■ Supplied entries:
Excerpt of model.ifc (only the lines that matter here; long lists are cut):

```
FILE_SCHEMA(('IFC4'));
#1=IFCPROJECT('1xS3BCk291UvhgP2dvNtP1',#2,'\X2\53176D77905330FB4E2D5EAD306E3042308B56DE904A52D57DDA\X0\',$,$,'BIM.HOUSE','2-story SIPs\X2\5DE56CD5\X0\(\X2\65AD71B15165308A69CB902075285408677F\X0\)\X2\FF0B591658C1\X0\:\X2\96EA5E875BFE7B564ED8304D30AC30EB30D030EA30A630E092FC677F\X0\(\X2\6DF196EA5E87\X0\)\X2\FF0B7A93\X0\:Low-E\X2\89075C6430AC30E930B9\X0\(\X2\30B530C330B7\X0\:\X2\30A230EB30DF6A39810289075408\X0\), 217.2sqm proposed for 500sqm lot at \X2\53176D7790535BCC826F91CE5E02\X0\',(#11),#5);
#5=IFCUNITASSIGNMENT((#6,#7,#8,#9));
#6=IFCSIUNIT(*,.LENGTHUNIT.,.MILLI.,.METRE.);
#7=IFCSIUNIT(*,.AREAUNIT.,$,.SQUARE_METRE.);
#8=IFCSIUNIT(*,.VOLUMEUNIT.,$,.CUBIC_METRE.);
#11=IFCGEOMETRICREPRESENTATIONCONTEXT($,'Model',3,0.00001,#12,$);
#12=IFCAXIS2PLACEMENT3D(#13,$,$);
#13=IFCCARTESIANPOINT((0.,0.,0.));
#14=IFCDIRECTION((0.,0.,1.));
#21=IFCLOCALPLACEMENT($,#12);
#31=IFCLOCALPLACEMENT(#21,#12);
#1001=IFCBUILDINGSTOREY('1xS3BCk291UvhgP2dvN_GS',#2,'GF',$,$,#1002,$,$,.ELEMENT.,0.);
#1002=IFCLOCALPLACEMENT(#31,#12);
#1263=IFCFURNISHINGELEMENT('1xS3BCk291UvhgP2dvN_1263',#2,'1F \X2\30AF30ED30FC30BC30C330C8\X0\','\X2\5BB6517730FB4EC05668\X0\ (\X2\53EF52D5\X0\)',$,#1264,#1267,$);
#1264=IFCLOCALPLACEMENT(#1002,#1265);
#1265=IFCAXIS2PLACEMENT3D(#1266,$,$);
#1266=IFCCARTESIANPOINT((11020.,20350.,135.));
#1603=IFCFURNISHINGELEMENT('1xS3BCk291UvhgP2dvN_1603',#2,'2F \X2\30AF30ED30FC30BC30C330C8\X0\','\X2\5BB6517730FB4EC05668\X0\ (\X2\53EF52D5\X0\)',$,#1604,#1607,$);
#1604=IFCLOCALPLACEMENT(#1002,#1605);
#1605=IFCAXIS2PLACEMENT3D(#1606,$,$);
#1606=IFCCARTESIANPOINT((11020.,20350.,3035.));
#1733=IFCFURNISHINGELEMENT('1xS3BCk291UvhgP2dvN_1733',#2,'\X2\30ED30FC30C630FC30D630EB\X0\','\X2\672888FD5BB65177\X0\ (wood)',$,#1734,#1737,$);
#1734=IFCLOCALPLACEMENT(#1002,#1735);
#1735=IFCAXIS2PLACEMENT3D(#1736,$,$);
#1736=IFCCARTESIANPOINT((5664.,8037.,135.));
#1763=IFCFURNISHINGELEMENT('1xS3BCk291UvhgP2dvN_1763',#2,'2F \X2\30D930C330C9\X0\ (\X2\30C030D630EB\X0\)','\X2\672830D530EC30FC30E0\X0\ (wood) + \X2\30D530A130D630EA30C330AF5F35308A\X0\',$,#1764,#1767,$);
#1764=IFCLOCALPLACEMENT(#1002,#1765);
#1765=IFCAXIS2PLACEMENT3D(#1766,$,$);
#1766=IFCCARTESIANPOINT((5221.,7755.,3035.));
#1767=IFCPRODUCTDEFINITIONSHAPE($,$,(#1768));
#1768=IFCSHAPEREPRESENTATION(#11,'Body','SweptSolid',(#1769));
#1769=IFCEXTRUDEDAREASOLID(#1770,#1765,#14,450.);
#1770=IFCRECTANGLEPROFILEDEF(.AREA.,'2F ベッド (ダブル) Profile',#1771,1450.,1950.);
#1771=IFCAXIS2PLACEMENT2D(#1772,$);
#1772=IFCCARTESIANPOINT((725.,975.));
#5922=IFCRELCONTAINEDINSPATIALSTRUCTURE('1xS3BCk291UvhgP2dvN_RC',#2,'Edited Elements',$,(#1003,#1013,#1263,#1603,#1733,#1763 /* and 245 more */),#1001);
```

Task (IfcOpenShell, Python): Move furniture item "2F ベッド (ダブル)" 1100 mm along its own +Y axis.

```python
import ifcopenshell
import ifcopenshell.api.geometry
import ifcopenshell.util.placement
import ifcopenshell.util.unit

model = ifcopenshell.open("model.ifc")
unit_scale = ifcopenshell.util.unit.calculate_unit_scale(model)

item = model.by_guid("1xS3BCk291UvhgP2dvN_1763")
matrix = ifcopenshell.util.placement.get_local_placement(item.ObjectPlacement)
matrix[:3, 3] += matrix[:3, 1] * 1.1 / unit_scale
ifcopenshell.api.geometry.edit_object_placement(model, product=item, matrix=matrix, is_si=False)

print(ifcopenshell.util.placement.get_local_placement(item.ObjectPlacement).round(3) + 0.0)

model.write("model_v2.ifc")
```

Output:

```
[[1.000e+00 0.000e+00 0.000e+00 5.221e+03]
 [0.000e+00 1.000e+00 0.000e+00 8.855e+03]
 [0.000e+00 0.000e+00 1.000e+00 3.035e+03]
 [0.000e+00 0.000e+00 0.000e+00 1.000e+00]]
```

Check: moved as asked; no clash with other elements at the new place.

■ What the task asks: Nothing in the entries may change. Retype them all.

■ Response:
Excerpt of model.ifc (only the lines that matter here; long lists are cut):

```
FILE_SCHEMA(('IFC4'));
#1=IFCPROJECT('1xS3BCk291UvhgP2dvNtP1',#2,'\X2\53176D77905330FB4E2D5EAD306E3042308B56DE904A52D57DDA\X0\',$,$,'BIM.HOUSE','2-story SIPs\X2\5DE56CD5\X0\(\X2\65AD71B15165308A69CB902075285408677F\X0\)\X2\FF0B591658C1\X0\:\X2\96EA5E875BFE7B564ED8304D30AC30EB30D030EA30A630E092FC677F\X0\(\X2\6DF196EA5E87\X0\)\X2\FF0B7A93\X0\:Low-E\X2\89075C6430AC30E930B9\X0\(\X2\30B530C330B7\X0\:\X2\30A230EB30DF6A39810289075408\X0\), 217.2sqm proposed for 500sqm lot at \X2\53176D7790535BCC826F91CE5E02\X0\',(#11),#5);
#5=IFCUNITASSIGNMENT((#6,#7,#8,#9));
#6=IFCSIUNIT(*,.LENGTHUNIT.,.MILLI.,.METRE.);
#7=IFCSIUNIT(*,.AREAUNIT.,$,.SQUARE_METRE.);
#8=IFCSIUNIT(*,.VOLUMEUNIT.,$,.CUBIC_METRE.);
#11=IFCGEOMETRICREPRESENTATIONCONTEXT($,'Model',3,0.00001,#12,$);
#12=IFCAXIS2PLACEMENT3D(#13,$,$);
#13=IFCCARTESIANPOINT((0.,0.,0.));
#14=IFCDIRECTION((0.,0.,1.));
#21=IFCLOCALPLACEMENT($,#12);
#31=IFCLOCALPLACEMENT(#21,#12);
#1001=IFCBUILDINGSTOREY('1xS3BCk291UvhgP2dvN_GS',#2,'GF',$,$,#1002,$,$,.ELEMENT.,0.);
#1002=IFCLOCALPLACEMENT(#31,#12);
#1263=IFCFURNISHINGELEMENT('1xS3BCk291UvhgP2dvN_1263',#2,'1F \X2\30AF30ED30FC30BC30C330C8\X0\','\X2\5BB6517730FB4EC05668\X0\ (\X2\53EF52D5\X0\)',$,#1264,#1267,$);
#1264=IFCLOCALPLACEMENT(#1002,#1265);
#1265=IFCAXIS2PLACEMENT3D(#1266,$,$);
#1266=IFCCARTESIANPOINT((11020.,20350.,135.));
#1603=IFCFURNISHINGELEMENT('1xS3BCk291UvhgP2dvN_1603',#2,'2F \X2\30AF30ED30FC30BC30C330C8\X0\','\X2\5BB6517730FB4EC05668\X0\ (\X2\53EF52D5\X0\)',$,#1604,#1607,$);
#1604=IFCLOCALPLACEMENT(#1002,#1605);
#1605=IFCAXIS2PLACEMENT3D(#1606,$,$);
#1606=IFCCARTESIANPOINT((11020.,20350.,3035.));
#1733=IFCFURNISHINGELEMENT('1xS3BCk291UvhgP2dvN_1733',#2,'\X2\30ED30FC30C630FC30D630EB\X0\','\X2\672888FD5BB65177\X0\ (wood)',$,#1734,#1737,$);
#1734=IFCLOCALPLACEMENT(#1002,#1735);
#1735=IFCAXIS2PLACEMENT3D(#1736,$,$);
#1736=IFCCARTESIANPOINT((5664.,8037.,135.));
#1763=IFCFURNISHINGELEMENT('1xS3BCk291UvhgP2dvN_1763',#2,'2F \X2\30D930C330C9\X0\ (\X2\30C030D630EB\X0\)','\X2\672830D530EC30FC30E0\X0\ (wood) + \X2\30D530A130D630EA30C330AF5F35308A\X0\',$,#1764,#1767,$);
#1764=IFCLOCALPLACEMENT(#1002,#1765);
#1765=IFCAXIS2PLACEMENT3D(#1766,$,$);
#1766=IFCCARTESIANPOINT((5221.,7755.,3035.));
#1767=IFCPRODUCTDEFINITIONSHAPE($,$,(#1768));
#1768=IFCSHAPEREPRESENTATION(#11,'Body','SweptSolid',(#1769));
#1769=IFCEXTRUDEDAREASOLID(#1770,#1765,#14,450.);
#1770=IFCRECTANGLEPROFILEDEF(.AREA.,'2F ベッド (ダブル) Profile',#1771,1450.,1950.);
#1771=IFCAXIS2PLACEMENT2D(#1772,$);
#1772=IFCCARTESIANPOINT((725.,975.));
#5922=IFCRELCONTAINEDINSPATIALSTRUCTURE('1xS3BCk291UvhgP2dvN_RC',#2,'Edited Elements',$,(#1003,#1013,#1263,#1603,#1733,#1763 /* and 245 more */),#1001);
```

Task (IfcOpenShell, Python): Move furniture item "2F ベッド (ダブル)" 1100 mm along its own +Y axis.

```python
import ifcopenshell
import ifcopenshell.api.geometry
import ifcopenshell.util.placement
import ifcopenshell.util.unit

model = ifcopenshell.open("model.ifc")
unit_scale = ifcopenshell.util.unit.calculate_unit_scale(model)

item = model.by_guid("1xS3BCk291UvhgP2dvN_1763")
matrix = ifcopenshell.util.placement.get_local_placement(item.ObjectPlacement)
matrix[:3, 3] += matrix[:3, 1] * 1.1 / unit_scale
ifcopenshell.api.geometry.edit_object_placement(model, product=item, matrix=matrix, is_si=False)

print(ifcopenshell.util.placement.get_local_placement(item.ObjectPlacement).round(3) + 0.0)

model.write("model_v2.ifc")
```

Output:

```
[[1.000e+00 0.000e+00 0.000e+00 5.221e+03]
 [0.000e+00 1.000e+00 0.000e+00 8.855e+03]
 [0.000e+00 0.000e+00 1.000e+00 3.035e+03]
 [0.000e+00 0.000e+00 0.000e+00 1.000e+00]]
```

Check: moved as asked; no clash with other elements at the new place.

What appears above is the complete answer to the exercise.